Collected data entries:
□ □ □

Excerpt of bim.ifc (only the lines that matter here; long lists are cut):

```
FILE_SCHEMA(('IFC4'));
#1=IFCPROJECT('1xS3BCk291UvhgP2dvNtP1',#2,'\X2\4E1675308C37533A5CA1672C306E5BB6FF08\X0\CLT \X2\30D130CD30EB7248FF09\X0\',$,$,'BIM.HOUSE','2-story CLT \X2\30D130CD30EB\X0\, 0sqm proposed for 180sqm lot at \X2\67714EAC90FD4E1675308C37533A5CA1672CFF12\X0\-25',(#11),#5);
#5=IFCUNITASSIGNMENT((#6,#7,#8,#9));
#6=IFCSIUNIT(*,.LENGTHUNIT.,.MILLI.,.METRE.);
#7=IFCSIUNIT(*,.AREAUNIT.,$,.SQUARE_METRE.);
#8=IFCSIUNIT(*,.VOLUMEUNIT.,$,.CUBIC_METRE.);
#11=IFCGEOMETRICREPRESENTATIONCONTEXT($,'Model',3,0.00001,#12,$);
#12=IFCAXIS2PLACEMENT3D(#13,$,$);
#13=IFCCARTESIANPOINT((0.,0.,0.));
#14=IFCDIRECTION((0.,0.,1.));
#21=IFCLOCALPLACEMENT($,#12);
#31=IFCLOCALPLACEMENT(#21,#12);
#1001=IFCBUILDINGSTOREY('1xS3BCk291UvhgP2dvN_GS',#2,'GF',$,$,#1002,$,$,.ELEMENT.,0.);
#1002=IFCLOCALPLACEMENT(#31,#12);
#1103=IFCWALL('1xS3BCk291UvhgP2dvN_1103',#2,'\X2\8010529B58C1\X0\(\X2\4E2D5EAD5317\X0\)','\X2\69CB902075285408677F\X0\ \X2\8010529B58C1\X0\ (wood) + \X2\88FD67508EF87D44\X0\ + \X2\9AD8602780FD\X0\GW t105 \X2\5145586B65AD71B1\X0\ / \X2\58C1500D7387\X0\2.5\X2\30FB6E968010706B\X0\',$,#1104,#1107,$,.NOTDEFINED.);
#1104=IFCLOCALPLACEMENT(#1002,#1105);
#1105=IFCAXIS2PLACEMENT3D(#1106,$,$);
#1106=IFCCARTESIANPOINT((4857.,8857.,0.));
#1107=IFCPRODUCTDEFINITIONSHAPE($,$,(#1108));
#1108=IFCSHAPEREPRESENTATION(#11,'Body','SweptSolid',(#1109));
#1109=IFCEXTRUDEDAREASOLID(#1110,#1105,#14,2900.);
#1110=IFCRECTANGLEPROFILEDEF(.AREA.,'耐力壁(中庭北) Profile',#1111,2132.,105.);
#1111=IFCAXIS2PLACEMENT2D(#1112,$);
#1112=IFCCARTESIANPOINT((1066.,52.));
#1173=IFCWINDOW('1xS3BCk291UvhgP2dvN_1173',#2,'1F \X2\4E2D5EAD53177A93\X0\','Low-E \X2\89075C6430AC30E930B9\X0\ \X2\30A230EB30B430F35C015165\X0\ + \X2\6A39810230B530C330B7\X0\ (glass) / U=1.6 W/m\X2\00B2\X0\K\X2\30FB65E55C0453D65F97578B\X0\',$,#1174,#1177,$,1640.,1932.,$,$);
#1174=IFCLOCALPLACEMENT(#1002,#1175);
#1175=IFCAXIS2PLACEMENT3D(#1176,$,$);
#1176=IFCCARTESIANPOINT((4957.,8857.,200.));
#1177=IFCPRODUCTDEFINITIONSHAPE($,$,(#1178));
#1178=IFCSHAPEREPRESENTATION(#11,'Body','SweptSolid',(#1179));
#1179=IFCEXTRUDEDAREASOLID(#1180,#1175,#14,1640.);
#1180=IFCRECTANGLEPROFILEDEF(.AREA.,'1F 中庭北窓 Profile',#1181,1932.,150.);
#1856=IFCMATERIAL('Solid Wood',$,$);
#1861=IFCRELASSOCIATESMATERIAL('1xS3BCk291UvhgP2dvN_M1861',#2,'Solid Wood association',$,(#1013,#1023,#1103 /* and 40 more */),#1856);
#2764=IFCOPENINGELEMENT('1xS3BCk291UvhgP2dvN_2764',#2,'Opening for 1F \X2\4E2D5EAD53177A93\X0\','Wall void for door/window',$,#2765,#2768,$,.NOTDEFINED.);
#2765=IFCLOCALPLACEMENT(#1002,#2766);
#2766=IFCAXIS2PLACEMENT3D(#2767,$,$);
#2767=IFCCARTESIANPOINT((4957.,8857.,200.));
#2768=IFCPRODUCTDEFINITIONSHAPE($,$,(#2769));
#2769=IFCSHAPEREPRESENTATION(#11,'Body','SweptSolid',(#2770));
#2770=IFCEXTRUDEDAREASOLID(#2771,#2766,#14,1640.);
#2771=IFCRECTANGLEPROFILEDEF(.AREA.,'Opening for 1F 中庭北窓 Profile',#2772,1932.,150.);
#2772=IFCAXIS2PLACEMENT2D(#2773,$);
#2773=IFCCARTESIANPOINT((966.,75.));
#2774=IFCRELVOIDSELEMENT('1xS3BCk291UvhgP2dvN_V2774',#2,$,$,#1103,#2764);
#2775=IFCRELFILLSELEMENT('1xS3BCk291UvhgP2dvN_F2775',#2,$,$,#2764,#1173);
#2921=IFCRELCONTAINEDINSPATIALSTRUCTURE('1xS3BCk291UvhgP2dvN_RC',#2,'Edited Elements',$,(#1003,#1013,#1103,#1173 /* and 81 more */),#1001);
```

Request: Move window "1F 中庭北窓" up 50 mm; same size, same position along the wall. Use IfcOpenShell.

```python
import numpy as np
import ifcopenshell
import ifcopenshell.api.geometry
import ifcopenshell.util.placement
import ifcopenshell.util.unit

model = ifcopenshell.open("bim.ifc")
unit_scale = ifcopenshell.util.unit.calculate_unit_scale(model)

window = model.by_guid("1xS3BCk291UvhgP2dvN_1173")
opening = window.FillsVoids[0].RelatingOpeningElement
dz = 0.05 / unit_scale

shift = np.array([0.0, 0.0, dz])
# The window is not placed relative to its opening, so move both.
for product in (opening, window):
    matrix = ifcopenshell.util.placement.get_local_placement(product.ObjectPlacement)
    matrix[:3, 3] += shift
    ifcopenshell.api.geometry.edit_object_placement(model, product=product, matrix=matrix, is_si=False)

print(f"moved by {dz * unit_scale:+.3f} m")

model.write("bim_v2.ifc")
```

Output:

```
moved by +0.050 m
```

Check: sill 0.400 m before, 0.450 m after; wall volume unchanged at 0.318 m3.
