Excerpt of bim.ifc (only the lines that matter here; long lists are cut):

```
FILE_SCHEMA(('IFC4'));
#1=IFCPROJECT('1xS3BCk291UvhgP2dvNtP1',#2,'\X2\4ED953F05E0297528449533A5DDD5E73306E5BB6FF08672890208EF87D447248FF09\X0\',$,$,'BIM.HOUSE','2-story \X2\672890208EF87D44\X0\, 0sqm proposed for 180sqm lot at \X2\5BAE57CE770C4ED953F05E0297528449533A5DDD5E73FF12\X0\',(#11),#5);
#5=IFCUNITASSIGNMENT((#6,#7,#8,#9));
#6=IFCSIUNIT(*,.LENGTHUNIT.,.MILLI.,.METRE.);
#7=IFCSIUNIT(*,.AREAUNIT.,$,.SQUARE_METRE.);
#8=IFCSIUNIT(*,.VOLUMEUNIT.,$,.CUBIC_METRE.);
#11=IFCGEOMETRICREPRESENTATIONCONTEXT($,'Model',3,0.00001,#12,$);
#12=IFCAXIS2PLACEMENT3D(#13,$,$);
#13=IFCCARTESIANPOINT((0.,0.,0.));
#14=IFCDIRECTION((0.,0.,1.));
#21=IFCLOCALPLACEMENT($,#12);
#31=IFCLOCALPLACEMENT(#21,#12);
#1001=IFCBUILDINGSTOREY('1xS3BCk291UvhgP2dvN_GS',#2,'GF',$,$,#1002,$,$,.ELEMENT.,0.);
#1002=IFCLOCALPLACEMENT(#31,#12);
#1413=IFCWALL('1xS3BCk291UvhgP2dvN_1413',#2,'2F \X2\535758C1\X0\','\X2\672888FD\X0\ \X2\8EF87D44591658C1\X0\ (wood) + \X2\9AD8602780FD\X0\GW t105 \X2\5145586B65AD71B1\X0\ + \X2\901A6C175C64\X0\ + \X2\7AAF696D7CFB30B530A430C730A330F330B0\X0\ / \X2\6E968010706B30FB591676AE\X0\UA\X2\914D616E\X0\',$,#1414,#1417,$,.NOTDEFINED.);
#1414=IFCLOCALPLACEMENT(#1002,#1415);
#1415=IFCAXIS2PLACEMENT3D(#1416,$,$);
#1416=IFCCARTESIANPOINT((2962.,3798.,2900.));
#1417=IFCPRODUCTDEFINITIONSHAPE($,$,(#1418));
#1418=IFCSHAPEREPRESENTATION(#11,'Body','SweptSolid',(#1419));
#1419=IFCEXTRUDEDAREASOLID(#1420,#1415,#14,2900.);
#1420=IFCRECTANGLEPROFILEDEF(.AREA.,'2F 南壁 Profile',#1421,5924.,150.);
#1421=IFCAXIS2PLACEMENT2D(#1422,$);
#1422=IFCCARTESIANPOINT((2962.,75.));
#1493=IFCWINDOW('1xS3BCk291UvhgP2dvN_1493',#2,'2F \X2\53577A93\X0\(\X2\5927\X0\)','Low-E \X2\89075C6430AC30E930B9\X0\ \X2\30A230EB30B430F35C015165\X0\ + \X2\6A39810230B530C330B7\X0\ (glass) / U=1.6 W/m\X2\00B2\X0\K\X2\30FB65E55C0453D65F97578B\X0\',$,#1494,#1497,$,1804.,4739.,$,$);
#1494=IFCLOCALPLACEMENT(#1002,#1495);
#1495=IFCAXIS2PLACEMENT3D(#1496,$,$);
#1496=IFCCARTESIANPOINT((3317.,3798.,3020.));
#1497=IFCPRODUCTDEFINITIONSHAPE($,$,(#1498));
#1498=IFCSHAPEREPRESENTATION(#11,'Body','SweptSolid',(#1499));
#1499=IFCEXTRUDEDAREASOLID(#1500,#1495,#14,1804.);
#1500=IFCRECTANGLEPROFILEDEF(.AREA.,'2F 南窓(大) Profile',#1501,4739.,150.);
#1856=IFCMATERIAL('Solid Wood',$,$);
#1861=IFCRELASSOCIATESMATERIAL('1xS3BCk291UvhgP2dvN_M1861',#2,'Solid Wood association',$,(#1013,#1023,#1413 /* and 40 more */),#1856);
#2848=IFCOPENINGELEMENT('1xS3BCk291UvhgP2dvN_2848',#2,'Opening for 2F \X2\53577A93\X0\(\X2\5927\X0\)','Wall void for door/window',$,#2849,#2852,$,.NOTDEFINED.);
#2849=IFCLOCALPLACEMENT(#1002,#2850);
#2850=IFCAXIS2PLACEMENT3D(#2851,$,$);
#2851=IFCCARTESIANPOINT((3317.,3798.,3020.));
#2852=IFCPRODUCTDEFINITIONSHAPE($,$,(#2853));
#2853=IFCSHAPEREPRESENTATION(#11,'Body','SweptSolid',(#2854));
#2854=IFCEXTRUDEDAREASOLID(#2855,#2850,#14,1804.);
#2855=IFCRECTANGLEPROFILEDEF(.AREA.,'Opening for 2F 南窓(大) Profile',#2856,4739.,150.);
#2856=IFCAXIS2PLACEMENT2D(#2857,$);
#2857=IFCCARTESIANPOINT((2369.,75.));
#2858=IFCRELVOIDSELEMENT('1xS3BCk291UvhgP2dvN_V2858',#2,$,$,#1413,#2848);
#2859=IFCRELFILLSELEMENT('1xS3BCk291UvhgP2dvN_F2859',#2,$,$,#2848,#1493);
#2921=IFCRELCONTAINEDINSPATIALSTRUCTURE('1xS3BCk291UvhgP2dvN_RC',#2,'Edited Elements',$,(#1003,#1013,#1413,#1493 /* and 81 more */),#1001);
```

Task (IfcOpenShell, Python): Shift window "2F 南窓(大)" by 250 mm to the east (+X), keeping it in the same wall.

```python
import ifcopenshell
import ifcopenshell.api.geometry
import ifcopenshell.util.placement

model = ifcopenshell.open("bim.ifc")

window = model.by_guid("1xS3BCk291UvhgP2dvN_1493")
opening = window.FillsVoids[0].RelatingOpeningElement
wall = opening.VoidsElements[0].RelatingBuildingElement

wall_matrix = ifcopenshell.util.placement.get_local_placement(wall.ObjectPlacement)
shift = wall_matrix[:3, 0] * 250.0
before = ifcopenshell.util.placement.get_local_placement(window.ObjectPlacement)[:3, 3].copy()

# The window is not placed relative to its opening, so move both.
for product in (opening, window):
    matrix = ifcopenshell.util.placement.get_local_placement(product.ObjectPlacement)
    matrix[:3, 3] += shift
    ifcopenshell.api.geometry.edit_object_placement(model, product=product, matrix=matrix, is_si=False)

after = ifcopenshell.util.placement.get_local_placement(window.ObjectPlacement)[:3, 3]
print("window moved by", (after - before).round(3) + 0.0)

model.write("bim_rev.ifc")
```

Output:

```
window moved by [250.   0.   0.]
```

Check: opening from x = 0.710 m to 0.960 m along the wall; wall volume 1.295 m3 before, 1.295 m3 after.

□ □ □

■ Task to carry out
Above are the records; report each line in them that includes the word "IFCRECTANGLEPROFILEDEF".

■ Answer for the task
#1110=IFCRECTANGLEPROFILEDEF(.AREA.,'耐力壁(中庭北) Profile',#1111,2132.,105.);
#1180=IFCRECTANGLEPROFILEDEF(.AREA.,'1F 中庭北窓 Profile',#1181,1932.,150.);
#2771=IFCRECTANGLEPROFILEDEF(.AREA.,'Opening for 1F 中庭北窓 Profile',#2772,1932.,150.);
#1420=IFCRECTANGLEPROFILEDEF(.AREA.,'2F 南壁 Profile',#1421,5924.,150.);
#1500=IFCRECTANGLEPROFILEDEF(.AREA.,'2F 南窓(大) Profile',#1501,4739.,150.);
#2855=IFCRECTANGLEPROFILEDEF(.AREA.,'Opening for 2F 南窓(大) Profile',#2856,4739.,150.);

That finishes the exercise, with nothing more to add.